## AIM OF THE EXERCISE
Copy every entry. Do not alter a single word.

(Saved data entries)
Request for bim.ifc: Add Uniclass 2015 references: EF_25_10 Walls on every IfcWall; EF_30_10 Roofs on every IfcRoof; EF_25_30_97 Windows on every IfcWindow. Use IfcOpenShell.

First a look at what the model holds.

```python
import ifcopenshell

model = ifcopenshell.open("bim.ifc")
print(model.schema)
print("classifications:", [c.Name for c in model.by_type("IfcClassification")])
for ifc_class in ("IfcDoor", "IfcRoof", "IfcStair", "IfcWall", "IfcWindow"):
    print(ifc_class, len(model.by_type(ifc_class)))
```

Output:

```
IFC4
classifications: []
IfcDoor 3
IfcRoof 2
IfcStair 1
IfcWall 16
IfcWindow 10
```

```python
import ifcopenshell
import ifcopenshell.api.classification

model = ifcopenshell.open("bim.ifc")

system = ifcopenshell.api.classification.add_classification(model, classification="Uniclass 2015")

codes = {
    "IfcWall": ("EF_25_10", "Walls"),
    "IfcRoof": ("EF_30_10", "Roofs"),
    "IfcWindow": ("EF_25_30_97", "Windows"),
}
for ifc_class, (code, name) in codes.items():
    products = model.by_type(ifc_class)
    ifcopenshell.api.classification.add_reference(
        model, products=products, classification=system, identification=code, name=name
    )
    print(code, len(products))

model.write("bim-out.ifc")
```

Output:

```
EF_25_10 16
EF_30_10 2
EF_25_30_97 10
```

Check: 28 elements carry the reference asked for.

## ANSWER FOR THIS EXERCISE
Request for bim.ifc: Add Uniclass 2015 references: EF_25_10 Walls on every IfcWall; EF_30_10 Roofs on every IfcRoof; EF_25_30_97 Windows on every IfcWindow. Use IfcOpenShell.

First a look at what the model holds.

```python
import ifcopenshell

model = ifcopenshell.open("bim.ifc")
print(model.schema)
print("classifications:", [c.Name for c in model.by_type("IfcClassification")])
for ifc_class in ("IfcDoor", "IfcRoof", "IfcStair", "IfcWall", "IfcWindow"):
    print(ifc_class, len(model.by_type(ifc_class)))
```

Output:

```
IFC4
classifications: []
IfcDoor 3
IfcRoof 2
IfcStair 1
IfcWall 16
IfcWindow 10
```

```python
import ifcopenshell
import ifcopenshell.api.classification

model = ifcopenshell.open("bim.ifc")

system = ifcopenshell.api.classification.add_classification(model, classification="Uniclass 2015")

codes = {
    "IfcWall": ("EF_25_10", "Walls"),
    "IfcRoof": ("EF_30_10", "Roofs"),
    "IfcWindow": ("EF_25_30_97", "Windows"),
}
for ifc_class, (code, name) in codes.items():
    products = model.by_type(ifc_class)
    ifcopenshell.api.classification.add_reference(
        model, products=products, classification=system, identification=code, name=name
    )
    print(code, len(products))

model.write("bim-out.ifc")
```

Output:

```
EF_25_10 16
EF_30_10 2
EF_25_30_97 10
```

Check: 28 elements carry the reference asked for.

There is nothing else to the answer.